Wahlkampf : Clement ruft zur Wahl der FDP auf

Der frühere SPD-Minister Wolfgang Clement hat den Wählern empfohlen, FDP-Chef Westerwelle zu wählen. Er schaltete eine Werbeanzeige in einer Bonner Zeitung.

Der frühere SPD-Spitzenpolitiker Wolfgang Clement hat mit einer Zeitungsanzeige zur Wahl von FDP-Chef Guido Westerwelle aufgerufen. Sie erschien am Freitag im Bonner General-Anzeiger. Bonn ist Westerwelles Wahlkreis. Clement war vor knapp einem Jahr aus der SPD ausgetreten.

Deutschland müsse "wieder ein Land des Fortschritts" werden, in dem "verantwortete Freiheit von Wissenschaft, Forschung und Entwicklung uneingeschränkt gewährleistet" werde, schrieb Clement. Er wollte am Freitag zu der Aktion keine Stellung nehmen.

Während des hessischen Wahlkampfes im Jahr 2008 war Clement in der SPD stark in Kritik geraten. Er hatte die Wähler in Hessen dazu aufgerufen, bei der Landtagswahl nicht die SPD zu wählen. Anlass war seine Befürchtung, dass die SPD-Spitzenkandidatin Andrea Ypsilanti mit der Linkspartei zusammenarbeiten könnte.

Wegen dieser Nichtwahl-Empfehlung wurde er von der Bundesschiedskommission seiner Partei gerügt. Das wollte Clement nicht hinnehmen. Obwohl das Parteigericht den ausgesprochenen Parteiausschluss zurücknahm, gab Clement nach 40 Jahren Mitgliedschaft sein Parteibuch zurück.

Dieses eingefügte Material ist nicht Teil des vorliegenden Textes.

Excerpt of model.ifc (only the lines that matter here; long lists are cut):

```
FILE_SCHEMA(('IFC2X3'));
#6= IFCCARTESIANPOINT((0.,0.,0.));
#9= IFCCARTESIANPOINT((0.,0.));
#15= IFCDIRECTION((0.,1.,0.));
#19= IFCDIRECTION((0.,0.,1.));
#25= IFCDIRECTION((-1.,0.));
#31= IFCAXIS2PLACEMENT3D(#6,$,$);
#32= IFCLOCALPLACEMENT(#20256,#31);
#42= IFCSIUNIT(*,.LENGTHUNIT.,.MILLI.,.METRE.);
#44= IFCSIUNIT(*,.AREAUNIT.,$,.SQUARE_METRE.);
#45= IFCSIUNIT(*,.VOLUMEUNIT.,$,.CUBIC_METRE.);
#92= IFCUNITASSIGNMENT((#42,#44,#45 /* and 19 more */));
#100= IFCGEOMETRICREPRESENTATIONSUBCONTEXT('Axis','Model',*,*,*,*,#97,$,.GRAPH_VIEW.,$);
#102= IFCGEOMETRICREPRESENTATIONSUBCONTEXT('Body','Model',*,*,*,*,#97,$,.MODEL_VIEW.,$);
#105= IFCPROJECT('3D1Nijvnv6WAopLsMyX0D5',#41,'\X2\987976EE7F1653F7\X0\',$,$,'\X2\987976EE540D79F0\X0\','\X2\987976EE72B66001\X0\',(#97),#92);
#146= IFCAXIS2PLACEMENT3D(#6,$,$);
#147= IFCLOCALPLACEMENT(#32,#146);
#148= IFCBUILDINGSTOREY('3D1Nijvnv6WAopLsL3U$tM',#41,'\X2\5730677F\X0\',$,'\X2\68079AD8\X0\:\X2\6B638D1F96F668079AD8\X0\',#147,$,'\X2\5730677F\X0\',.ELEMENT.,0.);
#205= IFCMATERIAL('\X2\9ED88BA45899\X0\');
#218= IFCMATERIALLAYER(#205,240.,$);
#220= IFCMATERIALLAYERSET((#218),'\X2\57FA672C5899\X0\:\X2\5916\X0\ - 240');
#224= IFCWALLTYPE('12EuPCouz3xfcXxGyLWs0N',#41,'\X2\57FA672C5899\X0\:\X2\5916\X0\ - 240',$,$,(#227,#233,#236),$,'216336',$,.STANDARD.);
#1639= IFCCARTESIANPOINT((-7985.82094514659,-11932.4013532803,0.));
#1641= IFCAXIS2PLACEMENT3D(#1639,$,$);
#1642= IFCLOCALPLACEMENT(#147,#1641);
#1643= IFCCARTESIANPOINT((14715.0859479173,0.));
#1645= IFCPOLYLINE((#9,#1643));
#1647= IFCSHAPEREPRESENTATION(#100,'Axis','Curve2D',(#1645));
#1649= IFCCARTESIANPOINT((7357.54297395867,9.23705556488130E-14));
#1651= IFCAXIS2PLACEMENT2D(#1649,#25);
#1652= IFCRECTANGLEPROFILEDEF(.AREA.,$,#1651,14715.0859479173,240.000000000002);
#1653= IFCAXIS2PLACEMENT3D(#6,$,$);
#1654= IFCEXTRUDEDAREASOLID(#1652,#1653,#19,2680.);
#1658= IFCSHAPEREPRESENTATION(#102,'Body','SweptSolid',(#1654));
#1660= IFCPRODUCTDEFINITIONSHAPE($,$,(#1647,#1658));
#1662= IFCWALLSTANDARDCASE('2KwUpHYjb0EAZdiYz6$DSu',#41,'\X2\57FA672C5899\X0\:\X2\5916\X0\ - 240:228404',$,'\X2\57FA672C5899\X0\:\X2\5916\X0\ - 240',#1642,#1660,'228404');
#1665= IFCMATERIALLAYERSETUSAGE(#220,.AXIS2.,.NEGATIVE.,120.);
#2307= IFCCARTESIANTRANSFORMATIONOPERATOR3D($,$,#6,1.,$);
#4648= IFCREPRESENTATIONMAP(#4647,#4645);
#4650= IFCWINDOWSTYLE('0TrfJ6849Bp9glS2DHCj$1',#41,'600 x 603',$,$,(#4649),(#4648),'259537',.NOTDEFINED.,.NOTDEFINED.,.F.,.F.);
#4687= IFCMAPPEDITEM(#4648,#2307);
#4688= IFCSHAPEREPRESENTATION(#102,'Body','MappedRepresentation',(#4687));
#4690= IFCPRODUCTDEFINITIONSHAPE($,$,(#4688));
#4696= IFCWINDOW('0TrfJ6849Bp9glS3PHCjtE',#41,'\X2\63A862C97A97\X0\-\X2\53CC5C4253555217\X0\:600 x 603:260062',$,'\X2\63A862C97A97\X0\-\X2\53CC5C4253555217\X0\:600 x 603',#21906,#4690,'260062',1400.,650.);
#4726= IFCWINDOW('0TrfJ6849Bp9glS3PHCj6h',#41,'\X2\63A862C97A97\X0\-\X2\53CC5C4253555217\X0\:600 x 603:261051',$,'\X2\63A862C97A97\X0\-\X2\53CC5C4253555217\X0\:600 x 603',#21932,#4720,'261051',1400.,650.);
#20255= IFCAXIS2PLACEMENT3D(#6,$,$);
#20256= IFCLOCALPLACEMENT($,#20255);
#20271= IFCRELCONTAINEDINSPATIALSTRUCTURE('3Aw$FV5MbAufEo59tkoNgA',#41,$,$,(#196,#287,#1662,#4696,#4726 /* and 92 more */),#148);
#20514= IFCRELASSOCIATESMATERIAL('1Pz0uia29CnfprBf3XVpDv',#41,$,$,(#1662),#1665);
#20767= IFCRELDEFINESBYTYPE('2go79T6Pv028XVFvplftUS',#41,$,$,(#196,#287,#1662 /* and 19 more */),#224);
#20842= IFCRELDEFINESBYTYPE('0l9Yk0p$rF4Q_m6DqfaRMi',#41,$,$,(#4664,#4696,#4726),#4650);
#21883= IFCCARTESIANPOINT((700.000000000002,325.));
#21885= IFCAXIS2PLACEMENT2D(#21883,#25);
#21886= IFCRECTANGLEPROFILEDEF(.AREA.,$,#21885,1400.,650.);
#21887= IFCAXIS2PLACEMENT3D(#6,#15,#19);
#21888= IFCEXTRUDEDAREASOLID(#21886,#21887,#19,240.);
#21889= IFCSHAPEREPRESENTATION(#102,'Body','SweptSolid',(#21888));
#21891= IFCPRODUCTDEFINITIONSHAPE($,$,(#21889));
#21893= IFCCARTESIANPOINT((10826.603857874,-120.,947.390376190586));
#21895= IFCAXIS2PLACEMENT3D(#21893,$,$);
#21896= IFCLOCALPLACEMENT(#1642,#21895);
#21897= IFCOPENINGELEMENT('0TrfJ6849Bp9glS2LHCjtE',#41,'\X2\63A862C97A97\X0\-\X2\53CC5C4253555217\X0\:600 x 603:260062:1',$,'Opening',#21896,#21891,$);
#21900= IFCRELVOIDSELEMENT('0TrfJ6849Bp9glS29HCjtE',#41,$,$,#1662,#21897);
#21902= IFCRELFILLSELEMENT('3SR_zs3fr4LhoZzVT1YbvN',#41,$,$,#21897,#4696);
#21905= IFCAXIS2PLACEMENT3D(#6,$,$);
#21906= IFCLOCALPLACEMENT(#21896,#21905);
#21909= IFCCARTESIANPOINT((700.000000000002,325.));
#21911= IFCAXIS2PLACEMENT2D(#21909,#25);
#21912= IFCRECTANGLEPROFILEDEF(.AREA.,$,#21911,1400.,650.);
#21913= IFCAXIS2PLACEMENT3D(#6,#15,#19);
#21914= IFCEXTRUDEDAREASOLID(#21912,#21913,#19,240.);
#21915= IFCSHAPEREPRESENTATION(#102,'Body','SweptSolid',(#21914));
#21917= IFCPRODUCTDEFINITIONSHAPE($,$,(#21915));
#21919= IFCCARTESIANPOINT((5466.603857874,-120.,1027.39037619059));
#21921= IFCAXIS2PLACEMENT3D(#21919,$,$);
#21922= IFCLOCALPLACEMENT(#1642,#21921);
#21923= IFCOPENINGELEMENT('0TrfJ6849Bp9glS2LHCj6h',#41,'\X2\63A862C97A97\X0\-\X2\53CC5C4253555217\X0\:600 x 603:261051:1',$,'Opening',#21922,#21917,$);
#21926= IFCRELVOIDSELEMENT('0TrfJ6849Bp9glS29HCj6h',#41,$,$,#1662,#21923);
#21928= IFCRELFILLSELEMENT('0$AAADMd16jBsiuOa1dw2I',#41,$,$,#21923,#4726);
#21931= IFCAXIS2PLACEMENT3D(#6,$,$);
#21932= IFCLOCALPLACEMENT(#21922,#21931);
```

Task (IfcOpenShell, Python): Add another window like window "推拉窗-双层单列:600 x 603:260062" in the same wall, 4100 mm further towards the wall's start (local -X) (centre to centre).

```python
import ifcopenshell
import ifcopenshell.api.feature
import ifcopenshell.api.geometry
import ifcopenshell.api.root
import ifcopenshell.geom
import ifcopenshell.util.element
import ifcopenshell.util.placement
import ifcopenshell.util.shape

model = ifcopenshell.open("model.ifc")
settings = ifcopenshell.geom.settings()


def volume(element):
    """Net volume in cubic metres, openings subtracted."""
    shape = ifcopenshell.geom.create_shape(settings, element)
    return ifcopenshell.util.shape.get_volume(shape.geometry)


def reuse_history(source, copy):
    """copy_class also copies each property set's owner history, people and application; keep the originals."""
    for rel in copy.IsDefinedBy:
        if rel.is_a("IfcRelDefinesByProperties") and (history := rel.RelatingPropertyDefinition.OwnerHistory):
            rel.RelatingPropertyDefinition.OwnerHistory = source.OwnerHistory
            ifcopenshell.util.element.remove_deep2(model, history)


window = model.by_guid("0TrfJ6849Bp9glS3PHCjtE")
opening = window.FillsVoids[0].RelatingOpeningElement
wall = opening.VoidsElements[0].RelatingBuildingElement
before = volume(wall)
shift = ifcopenshell.util.placement.get_local_placement(wall.ObjectPlacement)[:3, 0] * -4100.0

# copy_class copies the void relationship, type, container and properties, but no geometry.
new_opening = ifcopenshell.api.root.copy_class(model, product=opening)
new_opening.Representation = ifcopenshell.util.element.copy_deep(
    model, opening.Representation, exclude=["IfcGeometricRepresentationContext", "IfcRepresentationMap"]
)
new_opening.Name = "推拉窗-双层单列:600 x 603"
new_window = ifcopenshell.api.root.copy_class(model, product=window)
new_window.Representation = ifcopenshell.util.element.copy_deep(
    model, window.Representation, exclude=["IfcGeometricRepresentationContext", "IfcRepresentationMap"]
)
new_window.Name = "推拉窗-双层单列:600 x 603"
new_window.Tag = None
reuse_history(window, new_window)
fills = ifcopenshell.api.feature.add_filling(model, opening=new_opening, element=new_window)
fills.OwnerHistory = new_window.OwnerHistory  # required in IFC2X3

for old, new in ((opening, new_opening), (window, new_window)):
    matrix = ifcopenshell.util.placement.get_local_placement(old.ObjectPlacement)
    matrix[:3, 3] += shift
    ifcopenshell.api.geometry.edit_object_placement(model, product=new, matrix=matrix, is_si=False)

after = volume(wall)

print(f"wall volume {before:.3f} -> {after:.3f} m3")

model.write("model_updated.ifc")
```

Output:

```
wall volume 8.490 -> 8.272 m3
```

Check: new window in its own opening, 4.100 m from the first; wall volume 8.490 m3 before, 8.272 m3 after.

Als weiteren Grund seines Austritts nannte der ehemalige Bundeswirtschaftsminister, SPD-Vize und nordrhein-westfälische Ministerpräsident, dass die SPD auch nach dem Scheitern des Machtwechsels in Hessen keinen "klaren Trennungsstrich" zur Linkspartei gezogen habe.